▸ **Task goal**: Read the data below line by line and copy each one with "where" in it.

***** Stored data

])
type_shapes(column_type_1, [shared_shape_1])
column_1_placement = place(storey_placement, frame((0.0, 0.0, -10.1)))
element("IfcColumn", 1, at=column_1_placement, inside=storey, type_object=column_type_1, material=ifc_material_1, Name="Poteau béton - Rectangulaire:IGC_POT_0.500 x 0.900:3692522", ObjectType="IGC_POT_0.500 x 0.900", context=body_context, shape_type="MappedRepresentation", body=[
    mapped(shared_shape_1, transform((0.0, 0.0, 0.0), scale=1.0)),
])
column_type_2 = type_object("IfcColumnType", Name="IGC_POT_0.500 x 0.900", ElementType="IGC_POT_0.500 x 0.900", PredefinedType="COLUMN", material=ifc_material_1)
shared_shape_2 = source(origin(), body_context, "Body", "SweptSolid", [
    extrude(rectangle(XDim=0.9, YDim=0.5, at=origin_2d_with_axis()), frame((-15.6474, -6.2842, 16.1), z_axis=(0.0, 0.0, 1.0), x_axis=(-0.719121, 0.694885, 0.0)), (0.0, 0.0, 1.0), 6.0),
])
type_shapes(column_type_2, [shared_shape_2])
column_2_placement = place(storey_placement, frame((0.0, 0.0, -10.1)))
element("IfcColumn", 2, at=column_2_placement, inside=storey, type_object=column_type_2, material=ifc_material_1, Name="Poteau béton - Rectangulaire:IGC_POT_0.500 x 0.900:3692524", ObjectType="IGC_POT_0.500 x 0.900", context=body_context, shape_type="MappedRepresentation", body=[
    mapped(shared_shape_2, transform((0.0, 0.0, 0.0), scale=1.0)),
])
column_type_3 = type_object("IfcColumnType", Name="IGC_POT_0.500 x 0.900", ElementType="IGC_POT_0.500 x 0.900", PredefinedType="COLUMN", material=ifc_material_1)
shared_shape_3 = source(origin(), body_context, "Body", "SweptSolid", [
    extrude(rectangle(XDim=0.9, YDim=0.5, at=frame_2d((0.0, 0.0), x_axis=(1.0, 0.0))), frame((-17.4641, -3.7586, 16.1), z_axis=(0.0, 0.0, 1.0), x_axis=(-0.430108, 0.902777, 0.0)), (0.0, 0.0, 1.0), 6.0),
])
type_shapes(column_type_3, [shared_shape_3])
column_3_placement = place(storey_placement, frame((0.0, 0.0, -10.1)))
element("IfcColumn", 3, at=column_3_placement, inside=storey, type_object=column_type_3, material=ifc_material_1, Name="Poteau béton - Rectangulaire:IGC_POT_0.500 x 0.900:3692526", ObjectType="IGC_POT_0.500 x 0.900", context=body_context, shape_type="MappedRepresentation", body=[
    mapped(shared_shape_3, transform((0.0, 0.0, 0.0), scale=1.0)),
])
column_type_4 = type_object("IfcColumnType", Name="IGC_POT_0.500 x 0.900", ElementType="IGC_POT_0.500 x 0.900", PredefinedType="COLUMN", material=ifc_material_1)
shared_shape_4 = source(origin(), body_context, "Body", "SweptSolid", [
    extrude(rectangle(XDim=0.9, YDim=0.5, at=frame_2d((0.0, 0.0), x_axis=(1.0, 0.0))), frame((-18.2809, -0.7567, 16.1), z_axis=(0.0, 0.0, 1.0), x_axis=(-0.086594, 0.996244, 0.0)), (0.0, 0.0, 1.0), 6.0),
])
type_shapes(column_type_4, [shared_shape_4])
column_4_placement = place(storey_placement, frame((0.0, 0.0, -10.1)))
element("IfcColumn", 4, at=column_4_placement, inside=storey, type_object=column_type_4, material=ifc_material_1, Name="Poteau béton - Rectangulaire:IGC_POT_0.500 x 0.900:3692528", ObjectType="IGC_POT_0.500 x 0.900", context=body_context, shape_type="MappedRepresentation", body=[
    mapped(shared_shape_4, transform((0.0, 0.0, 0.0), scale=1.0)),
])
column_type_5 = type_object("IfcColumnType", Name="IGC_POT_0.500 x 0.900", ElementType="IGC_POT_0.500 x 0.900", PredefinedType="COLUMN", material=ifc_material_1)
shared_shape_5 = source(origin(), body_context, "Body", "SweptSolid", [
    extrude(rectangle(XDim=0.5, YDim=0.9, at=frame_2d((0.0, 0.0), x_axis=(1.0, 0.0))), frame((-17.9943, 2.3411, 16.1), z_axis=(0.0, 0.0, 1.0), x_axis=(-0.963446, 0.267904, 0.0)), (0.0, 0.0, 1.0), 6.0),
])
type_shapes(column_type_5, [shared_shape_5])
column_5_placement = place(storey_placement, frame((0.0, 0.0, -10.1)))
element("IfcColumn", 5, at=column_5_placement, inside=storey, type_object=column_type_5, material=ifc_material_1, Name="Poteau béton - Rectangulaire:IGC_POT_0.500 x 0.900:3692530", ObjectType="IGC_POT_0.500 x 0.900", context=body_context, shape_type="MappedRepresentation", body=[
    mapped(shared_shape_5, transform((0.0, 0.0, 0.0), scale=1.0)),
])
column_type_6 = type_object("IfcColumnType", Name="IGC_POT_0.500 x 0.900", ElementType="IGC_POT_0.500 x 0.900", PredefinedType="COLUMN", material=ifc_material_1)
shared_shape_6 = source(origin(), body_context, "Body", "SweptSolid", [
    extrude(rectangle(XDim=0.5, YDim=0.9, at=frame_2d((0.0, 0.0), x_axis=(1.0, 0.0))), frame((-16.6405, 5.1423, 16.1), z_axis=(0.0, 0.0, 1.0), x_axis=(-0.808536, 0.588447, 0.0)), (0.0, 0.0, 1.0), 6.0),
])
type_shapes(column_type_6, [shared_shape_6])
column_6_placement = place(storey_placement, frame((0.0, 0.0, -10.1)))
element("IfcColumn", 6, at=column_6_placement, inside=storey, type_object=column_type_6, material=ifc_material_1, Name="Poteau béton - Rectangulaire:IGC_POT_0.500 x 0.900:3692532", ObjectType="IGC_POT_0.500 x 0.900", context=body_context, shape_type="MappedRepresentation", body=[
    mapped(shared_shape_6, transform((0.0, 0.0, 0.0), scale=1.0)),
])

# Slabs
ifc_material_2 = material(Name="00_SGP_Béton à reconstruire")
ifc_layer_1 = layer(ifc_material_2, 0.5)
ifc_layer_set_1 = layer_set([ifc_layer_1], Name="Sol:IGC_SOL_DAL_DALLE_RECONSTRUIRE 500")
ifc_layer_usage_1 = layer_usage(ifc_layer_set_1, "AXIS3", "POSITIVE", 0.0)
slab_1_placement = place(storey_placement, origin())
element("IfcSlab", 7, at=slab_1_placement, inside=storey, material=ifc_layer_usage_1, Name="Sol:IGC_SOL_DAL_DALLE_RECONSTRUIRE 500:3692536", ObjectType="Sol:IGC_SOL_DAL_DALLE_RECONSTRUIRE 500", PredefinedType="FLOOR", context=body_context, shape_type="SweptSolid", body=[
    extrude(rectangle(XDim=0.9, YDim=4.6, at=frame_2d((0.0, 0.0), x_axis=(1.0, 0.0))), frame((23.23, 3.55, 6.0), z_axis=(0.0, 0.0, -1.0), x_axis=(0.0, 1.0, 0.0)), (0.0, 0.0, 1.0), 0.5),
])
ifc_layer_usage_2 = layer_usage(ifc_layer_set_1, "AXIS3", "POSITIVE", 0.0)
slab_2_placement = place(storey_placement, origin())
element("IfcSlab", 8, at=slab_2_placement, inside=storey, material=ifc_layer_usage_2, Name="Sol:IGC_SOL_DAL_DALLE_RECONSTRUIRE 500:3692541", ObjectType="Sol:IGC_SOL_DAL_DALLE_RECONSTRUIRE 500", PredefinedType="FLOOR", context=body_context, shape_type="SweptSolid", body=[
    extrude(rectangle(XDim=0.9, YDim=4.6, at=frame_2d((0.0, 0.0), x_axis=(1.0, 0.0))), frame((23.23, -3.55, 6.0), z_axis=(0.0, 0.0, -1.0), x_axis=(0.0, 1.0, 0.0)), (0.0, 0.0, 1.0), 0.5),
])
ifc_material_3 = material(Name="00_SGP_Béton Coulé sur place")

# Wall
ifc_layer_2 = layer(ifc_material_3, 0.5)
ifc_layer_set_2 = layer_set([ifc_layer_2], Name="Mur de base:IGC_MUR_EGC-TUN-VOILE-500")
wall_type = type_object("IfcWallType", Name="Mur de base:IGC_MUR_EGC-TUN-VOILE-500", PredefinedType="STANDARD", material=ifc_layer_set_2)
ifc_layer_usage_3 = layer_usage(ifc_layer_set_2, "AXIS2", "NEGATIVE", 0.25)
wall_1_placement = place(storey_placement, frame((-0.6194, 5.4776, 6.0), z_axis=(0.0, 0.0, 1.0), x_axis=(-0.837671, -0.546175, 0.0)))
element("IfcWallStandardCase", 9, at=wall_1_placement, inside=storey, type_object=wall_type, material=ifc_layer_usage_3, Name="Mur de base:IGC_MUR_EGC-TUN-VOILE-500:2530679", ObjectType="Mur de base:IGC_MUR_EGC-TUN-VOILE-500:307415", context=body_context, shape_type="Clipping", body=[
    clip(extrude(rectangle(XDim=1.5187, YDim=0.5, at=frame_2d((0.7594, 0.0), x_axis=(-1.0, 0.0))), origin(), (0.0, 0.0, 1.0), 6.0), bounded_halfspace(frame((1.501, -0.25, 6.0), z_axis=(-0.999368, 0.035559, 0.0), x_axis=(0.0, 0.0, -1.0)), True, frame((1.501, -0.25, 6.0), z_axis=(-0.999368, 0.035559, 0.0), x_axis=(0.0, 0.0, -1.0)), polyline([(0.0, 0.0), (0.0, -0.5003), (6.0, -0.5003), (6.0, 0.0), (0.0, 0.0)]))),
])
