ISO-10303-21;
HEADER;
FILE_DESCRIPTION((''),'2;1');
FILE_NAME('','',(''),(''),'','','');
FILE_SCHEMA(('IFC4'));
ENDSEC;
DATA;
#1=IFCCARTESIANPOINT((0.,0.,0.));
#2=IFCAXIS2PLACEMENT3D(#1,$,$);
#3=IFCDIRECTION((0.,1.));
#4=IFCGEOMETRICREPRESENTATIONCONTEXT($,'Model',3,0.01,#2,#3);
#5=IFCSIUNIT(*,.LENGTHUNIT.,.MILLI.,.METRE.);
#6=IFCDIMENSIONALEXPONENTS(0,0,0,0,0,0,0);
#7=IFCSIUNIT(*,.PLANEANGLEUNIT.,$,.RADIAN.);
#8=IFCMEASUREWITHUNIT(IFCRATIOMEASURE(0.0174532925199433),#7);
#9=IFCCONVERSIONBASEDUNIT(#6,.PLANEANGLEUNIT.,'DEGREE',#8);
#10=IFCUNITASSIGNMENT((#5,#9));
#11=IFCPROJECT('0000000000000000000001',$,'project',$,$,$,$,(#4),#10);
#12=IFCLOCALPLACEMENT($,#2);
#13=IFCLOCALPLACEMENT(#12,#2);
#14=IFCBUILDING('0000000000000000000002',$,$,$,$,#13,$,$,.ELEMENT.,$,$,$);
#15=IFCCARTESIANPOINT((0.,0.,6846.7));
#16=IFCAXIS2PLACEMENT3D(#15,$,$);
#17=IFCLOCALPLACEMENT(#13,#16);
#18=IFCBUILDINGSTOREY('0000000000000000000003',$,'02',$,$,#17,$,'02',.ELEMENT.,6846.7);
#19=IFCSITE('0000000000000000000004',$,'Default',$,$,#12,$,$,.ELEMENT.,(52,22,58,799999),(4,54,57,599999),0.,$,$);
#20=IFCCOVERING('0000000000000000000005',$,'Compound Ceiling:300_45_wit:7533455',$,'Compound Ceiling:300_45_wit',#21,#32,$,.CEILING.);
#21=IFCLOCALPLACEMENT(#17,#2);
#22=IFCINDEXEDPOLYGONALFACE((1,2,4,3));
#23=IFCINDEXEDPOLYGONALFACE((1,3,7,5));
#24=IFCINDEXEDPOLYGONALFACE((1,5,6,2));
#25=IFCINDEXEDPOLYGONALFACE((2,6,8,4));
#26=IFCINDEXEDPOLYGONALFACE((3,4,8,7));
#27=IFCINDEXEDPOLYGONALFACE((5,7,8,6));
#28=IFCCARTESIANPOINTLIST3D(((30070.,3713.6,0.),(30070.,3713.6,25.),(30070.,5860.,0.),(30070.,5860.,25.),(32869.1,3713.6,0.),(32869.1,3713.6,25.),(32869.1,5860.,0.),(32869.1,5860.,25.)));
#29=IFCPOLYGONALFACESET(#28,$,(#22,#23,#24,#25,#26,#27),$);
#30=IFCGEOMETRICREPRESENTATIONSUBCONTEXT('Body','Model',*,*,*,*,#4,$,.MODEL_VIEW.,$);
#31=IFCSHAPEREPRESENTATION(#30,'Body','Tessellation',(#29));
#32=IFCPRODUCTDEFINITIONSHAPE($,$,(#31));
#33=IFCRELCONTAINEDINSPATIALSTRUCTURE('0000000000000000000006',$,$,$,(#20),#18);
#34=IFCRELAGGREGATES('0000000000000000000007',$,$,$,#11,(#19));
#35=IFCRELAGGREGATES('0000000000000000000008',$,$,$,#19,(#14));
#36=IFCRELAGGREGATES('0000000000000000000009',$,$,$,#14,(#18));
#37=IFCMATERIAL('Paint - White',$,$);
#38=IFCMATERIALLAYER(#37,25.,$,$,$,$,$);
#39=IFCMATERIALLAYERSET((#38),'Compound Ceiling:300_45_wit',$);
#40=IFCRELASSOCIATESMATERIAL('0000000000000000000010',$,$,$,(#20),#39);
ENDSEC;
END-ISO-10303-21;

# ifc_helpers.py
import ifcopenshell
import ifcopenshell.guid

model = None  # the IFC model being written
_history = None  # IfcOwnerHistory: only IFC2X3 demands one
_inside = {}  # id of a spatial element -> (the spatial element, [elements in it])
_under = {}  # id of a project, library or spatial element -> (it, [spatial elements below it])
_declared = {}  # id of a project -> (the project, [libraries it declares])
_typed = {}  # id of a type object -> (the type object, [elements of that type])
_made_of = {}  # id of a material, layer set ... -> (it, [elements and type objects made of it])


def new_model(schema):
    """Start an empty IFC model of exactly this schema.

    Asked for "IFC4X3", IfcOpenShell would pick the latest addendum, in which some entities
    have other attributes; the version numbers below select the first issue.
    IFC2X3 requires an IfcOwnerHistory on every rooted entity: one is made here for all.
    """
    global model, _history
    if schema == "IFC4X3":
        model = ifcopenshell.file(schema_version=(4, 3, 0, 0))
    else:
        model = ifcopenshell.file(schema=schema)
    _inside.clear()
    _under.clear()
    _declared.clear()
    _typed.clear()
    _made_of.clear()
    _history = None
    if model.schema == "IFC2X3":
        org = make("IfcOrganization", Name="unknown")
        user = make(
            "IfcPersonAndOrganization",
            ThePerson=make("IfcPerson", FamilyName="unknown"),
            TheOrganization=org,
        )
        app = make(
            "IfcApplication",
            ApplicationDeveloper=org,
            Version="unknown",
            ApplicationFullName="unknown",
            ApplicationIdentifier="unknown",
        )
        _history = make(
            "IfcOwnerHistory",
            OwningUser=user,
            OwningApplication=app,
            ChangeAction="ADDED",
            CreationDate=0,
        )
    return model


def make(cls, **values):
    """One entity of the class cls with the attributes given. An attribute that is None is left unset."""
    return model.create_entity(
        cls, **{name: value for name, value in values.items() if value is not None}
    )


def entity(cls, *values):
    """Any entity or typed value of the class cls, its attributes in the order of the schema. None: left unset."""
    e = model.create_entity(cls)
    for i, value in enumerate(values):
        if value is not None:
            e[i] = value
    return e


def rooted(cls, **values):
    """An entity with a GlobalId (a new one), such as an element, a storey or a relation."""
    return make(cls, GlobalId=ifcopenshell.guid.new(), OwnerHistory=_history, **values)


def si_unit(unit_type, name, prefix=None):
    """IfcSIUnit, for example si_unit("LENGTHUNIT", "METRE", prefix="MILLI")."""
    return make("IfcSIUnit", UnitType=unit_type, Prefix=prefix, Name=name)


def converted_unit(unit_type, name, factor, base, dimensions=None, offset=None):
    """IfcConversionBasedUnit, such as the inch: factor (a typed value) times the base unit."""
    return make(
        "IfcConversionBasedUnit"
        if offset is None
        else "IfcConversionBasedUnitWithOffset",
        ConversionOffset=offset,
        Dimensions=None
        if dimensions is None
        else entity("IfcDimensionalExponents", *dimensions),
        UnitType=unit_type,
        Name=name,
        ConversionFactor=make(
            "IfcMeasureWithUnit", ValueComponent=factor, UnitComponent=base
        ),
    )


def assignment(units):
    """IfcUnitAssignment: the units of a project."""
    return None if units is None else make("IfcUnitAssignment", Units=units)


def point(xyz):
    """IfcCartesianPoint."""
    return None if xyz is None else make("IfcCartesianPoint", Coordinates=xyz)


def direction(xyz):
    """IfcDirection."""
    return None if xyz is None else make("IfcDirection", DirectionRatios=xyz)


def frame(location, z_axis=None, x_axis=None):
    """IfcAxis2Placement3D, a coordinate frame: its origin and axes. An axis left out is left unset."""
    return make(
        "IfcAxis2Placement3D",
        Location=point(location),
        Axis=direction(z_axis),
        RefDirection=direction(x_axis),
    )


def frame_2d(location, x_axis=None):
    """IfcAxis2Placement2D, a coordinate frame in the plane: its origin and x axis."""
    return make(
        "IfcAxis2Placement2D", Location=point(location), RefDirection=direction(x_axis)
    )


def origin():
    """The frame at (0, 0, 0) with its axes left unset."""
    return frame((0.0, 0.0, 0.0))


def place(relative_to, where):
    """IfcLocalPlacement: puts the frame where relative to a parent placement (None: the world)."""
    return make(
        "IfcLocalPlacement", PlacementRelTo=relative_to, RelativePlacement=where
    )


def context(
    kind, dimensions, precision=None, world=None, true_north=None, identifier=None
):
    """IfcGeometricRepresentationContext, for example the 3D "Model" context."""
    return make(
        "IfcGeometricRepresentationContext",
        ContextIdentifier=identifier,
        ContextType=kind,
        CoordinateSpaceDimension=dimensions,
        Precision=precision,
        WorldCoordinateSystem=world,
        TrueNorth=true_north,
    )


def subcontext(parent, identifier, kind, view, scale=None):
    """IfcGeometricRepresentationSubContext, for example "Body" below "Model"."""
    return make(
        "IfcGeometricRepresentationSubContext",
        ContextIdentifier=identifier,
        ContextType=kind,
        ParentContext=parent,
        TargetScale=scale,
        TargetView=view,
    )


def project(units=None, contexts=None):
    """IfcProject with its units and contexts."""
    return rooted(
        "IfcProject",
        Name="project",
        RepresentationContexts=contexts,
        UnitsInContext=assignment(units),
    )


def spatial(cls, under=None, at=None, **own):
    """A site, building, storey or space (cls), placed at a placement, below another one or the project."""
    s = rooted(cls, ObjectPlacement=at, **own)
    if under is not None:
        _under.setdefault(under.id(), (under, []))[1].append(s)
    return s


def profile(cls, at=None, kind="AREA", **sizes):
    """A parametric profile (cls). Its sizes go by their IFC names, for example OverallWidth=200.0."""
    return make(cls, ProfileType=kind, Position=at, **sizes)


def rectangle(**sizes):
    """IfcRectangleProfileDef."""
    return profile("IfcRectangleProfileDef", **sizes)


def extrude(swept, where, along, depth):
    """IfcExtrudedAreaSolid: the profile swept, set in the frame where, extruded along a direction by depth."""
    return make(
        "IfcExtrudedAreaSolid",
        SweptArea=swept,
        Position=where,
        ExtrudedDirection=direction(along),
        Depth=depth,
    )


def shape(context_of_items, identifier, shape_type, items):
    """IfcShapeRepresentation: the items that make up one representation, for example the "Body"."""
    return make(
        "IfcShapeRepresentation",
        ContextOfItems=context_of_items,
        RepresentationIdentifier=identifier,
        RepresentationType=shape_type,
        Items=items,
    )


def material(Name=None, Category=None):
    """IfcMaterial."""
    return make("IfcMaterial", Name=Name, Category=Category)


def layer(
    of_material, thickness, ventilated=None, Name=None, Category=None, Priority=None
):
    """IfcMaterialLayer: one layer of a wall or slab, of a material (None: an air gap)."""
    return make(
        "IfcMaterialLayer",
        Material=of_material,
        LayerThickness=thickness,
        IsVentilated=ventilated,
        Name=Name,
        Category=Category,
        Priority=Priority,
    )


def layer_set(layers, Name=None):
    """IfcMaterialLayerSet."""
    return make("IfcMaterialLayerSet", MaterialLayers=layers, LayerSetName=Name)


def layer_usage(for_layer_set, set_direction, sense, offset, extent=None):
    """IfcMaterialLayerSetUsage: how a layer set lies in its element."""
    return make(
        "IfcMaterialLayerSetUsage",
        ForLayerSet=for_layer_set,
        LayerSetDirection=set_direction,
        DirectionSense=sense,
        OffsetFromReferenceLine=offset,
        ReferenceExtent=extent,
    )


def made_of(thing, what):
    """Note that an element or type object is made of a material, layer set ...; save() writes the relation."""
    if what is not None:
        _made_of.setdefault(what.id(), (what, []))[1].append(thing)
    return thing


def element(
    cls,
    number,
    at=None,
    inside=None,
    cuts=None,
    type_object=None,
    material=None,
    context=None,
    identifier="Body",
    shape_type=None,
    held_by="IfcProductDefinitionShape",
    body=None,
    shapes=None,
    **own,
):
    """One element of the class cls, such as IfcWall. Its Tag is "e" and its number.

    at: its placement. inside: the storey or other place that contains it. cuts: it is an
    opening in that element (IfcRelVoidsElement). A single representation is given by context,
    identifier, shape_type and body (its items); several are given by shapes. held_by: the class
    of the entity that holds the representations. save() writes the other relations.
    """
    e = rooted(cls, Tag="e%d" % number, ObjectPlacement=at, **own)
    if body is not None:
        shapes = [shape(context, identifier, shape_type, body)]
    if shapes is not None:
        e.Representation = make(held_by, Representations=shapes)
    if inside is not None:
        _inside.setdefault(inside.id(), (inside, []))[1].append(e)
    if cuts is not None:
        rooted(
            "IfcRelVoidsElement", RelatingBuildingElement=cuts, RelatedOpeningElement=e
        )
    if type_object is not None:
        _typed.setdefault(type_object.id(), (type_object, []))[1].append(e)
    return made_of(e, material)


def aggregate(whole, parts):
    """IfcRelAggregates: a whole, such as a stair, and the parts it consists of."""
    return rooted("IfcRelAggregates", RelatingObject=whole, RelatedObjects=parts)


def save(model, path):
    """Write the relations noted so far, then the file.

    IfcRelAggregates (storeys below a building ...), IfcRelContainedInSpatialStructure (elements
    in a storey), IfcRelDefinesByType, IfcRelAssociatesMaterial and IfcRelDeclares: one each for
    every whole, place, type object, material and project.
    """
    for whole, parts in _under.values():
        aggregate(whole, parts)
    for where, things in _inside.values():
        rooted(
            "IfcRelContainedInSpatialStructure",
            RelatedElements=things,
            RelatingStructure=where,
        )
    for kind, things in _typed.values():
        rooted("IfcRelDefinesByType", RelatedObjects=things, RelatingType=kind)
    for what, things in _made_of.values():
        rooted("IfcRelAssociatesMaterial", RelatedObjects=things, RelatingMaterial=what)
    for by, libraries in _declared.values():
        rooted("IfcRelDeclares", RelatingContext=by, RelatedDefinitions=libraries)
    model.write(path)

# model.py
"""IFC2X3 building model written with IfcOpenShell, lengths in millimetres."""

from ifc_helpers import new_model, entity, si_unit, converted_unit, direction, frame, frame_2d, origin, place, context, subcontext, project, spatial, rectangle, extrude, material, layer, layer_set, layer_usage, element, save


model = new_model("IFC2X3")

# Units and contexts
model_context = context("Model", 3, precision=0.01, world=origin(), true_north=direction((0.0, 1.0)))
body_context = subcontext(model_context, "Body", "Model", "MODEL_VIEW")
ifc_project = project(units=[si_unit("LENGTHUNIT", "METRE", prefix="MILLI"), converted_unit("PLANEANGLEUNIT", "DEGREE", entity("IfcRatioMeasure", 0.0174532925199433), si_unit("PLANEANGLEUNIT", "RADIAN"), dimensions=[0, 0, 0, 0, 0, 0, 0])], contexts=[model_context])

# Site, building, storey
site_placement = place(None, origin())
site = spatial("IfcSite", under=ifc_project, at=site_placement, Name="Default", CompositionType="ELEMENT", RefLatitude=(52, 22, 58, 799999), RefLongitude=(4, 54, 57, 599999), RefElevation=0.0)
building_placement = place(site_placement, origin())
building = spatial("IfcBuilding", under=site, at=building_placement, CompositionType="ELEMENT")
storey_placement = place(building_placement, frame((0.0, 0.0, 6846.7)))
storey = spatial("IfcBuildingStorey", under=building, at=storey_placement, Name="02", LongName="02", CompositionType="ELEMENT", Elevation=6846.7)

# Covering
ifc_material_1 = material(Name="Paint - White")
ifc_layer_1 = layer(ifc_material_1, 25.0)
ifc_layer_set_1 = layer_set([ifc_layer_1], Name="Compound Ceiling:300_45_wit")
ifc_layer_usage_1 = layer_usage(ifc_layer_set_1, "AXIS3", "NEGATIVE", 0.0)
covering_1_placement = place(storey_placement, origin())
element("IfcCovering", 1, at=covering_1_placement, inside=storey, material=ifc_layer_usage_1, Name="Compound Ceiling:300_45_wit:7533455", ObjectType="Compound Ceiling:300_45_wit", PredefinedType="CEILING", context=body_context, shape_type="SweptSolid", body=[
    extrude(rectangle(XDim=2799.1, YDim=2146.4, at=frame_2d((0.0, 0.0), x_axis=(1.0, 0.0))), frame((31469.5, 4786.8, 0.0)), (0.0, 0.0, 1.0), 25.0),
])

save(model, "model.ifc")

**********

▸ **Worked solution**:
def place(relative_to, where):
    """IfcLocalPlacement: puts the frame where relative to a parent placement (None: the world)."""
        "IfcLocalPlacement", PlacementRelTo=relative_to, RelativePlacement=where
def extrude(swept, where, along, depth):
    """IfcExtrudedAreaSolid: the profile swept, set in the frame where, extruded along a direction by depth."""
        Position=where,
    for where, things in _inside.values():
            RelatingStructure=where,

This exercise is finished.